Costa Rica. Stop 6: Corcovado National Park – Days 2 & 3

Our second day started with a 4.30am hike to the Sirena River in hopes of seeing tapirs taking a dip in the ocean. The tapirs appeared to have had an earlier swim that day, but watching the sun rise over Costa Rica’s Jurassic jungle was quite awe inspiring.

Sunrise

Sunrise

After an enormous and delicious breakfast back at the station we set off to Puma Valley. I was desperately hoping to see a wild cat in Costa Rica and Corcovado was my best chance. I read reports of Ocelot sightings, one even on the airstrip at Sirena in broad daylight, but Bolivar quickly and firmly liberated me from my delusions and assured us that the chances of seeing an Ocelot in Corcovado were next to none. He did see a Puma however, twice, in his however-many years as a guide in the park. The aptly named Puma Valley was the place where his sightings occurred.

The valley lies along the main 16km La Leona track and to get to the start of the trail we had to cross a tidal creek. As we were wading through about a meter of water Ruth pointed at an impressively-sized crocodile floating just below the surface a few meters away. Bolivar’s ‘don’t worry they don’t eat people’ dismissal of the croc, did not inspire too much confidence.
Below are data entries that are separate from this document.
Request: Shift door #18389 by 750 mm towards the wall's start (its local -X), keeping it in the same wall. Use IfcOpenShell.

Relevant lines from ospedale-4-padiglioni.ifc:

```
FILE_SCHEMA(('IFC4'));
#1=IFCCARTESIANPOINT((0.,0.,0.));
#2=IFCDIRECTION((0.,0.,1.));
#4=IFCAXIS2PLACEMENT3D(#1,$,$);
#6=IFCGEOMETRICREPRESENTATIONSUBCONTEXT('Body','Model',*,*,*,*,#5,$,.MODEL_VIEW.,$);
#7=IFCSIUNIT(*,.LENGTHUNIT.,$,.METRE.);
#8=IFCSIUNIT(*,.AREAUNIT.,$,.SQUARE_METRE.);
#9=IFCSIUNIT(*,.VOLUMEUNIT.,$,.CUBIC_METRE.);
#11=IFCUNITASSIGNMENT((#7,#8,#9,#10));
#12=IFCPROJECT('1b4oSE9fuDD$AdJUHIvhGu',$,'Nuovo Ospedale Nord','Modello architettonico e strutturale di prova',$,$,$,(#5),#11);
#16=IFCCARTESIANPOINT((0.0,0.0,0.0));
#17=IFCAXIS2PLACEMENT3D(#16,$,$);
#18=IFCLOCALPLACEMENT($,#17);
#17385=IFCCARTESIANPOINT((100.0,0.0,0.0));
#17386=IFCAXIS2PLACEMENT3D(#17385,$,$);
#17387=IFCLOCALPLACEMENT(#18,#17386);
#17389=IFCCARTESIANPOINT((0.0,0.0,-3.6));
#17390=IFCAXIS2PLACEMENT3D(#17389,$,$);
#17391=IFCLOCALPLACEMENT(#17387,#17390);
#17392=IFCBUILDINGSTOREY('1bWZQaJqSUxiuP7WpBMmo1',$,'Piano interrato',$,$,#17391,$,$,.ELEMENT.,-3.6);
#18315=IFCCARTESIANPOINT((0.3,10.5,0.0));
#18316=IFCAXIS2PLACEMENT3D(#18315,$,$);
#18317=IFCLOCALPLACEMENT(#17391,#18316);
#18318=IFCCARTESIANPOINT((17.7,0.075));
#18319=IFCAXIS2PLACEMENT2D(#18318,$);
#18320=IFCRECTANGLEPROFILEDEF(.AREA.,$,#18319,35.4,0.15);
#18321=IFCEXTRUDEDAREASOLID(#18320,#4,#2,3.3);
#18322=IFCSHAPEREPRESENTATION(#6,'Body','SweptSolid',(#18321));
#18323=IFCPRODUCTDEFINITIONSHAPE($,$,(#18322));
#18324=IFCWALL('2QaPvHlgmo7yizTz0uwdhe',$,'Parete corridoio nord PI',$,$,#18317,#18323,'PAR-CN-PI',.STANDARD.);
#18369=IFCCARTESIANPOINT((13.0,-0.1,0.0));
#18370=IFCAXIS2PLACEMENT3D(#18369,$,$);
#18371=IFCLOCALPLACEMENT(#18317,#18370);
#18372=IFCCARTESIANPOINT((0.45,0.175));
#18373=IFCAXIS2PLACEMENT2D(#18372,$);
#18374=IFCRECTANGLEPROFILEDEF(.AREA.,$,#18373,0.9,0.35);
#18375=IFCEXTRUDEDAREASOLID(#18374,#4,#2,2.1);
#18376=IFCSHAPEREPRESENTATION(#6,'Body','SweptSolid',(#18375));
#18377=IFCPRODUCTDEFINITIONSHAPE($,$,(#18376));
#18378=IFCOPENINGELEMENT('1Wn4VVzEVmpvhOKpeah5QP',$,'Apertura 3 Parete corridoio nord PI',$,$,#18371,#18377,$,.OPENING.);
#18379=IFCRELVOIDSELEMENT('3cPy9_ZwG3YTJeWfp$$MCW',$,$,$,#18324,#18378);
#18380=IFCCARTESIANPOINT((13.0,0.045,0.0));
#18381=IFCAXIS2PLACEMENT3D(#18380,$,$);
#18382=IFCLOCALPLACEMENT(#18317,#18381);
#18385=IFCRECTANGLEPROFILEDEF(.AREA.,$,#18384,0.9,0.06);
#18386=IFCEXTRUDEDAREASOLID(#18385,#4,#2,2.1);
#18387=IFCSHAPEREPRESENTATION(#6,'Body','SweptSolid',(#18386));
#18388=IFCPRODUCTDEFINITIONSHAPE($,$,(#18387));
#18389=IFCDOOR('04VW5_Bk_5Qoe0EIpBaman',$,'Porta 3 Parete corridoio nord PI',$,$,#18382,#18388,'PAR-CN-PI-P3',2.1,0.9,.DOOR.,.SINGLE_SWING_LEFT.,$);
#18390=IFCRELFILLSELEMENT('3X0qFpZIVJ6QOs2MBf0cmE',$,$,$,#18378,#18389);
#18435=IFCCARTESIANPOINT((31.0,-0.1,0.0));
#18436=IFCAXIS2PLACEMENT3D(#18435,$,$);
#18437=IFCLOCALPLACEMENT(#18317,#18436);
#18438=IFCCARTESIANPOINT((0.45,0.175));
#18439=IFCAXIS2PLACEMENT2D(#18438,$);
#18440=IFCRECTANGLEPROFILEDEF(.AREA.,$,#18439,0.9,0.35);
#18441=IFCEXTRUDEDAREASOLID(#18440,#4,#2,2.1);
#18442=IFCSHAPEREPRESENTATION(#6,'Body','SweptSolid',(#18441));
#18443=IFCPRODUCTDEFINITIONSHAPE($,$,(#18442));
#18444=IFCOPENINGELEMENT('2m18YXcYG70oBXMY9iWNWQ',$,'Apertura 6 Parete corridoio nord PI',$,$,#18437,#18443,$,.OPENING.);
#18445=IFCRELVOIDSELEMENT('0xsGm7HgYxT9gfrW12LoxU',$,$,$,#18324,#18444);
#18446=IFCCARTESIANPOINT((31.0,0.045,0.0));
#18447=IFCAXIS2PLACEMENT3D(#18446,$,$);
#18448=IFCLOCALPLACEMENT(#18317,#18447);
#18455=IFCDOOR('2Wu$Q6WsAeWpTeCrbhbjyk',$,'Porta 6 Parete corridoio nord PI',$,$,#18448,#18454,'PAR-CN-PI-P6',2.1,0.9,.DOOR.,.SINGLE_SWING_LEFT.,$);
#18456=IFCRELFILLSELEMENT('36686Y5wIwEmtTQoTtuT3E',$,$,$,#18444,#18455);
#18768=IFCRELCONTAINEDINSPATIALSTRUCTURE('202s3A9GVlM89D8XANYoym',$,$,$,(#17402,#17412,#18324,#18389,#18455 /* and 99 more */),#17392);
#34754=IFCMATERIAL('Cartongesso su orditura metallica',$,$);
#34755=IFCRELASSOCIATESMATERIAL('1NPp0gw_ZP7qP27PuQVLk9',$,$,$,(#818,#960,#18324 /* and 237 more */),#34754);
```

```python
import ifcopenshell
import ifcopenshell.api.geometry
import ifcopenshell.util.placement

model = ifcopenshell.open("ospedale-4-padiglioni.ifc")

door = model.by_guid("04VW5_Bk_5Qoe0EIpBaman")
opening = door.FillsVoids[0].RelatingOpeningElement
wall = opening.VoidsElements[0].RelatingBuildingElement

wall_matrix = ifcopenshell.util.placement.get_local_placement(wall.ObjectPlacement)
shift = wall_matrix[:3, 0] * -0.75
before = ifcopenshell.util.placement.get_local_placement(door.ObjectPlacement)[:3, 3].copy()

# The door is not placed relative to its opening, so move both.
for product in (opening, door):
    matrix = ifcopenshell.util.placement.get_local_placement(product.ObjectPlacement)
    matrix[:3, 3] += shift
    ifcopenshell.api.geometry.edit_object_placement(model, product=product, matrix=matrix, is_si=False)

after = ifcopenshell.util.placement.get_local_placement(door.ObjectPlacement)[:3, 3]
print("door moved by", (after - before).round(3) + 0.0)

model.write("ospedale-4-padiglioni_rev.ifc")
```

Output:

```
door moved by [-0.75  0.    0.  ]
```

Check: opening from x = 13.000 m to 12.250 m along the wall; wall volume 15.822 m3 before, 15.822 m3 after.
I guess, after living in Australia for a few years you develop a healthy scepticism towards crocodiles’ dietary preferences.

Driftwood beach at the entrance to Puma Valley

Driftwood beach at the entrance to Puma Valley

The trail to Puma Valley is a spectacular hike. It is flanked by dense tropical jungle on one side and by deserted beaches and the Pacific Ocean on the other. If I was a wild cat, I would’ve been very happy to live here.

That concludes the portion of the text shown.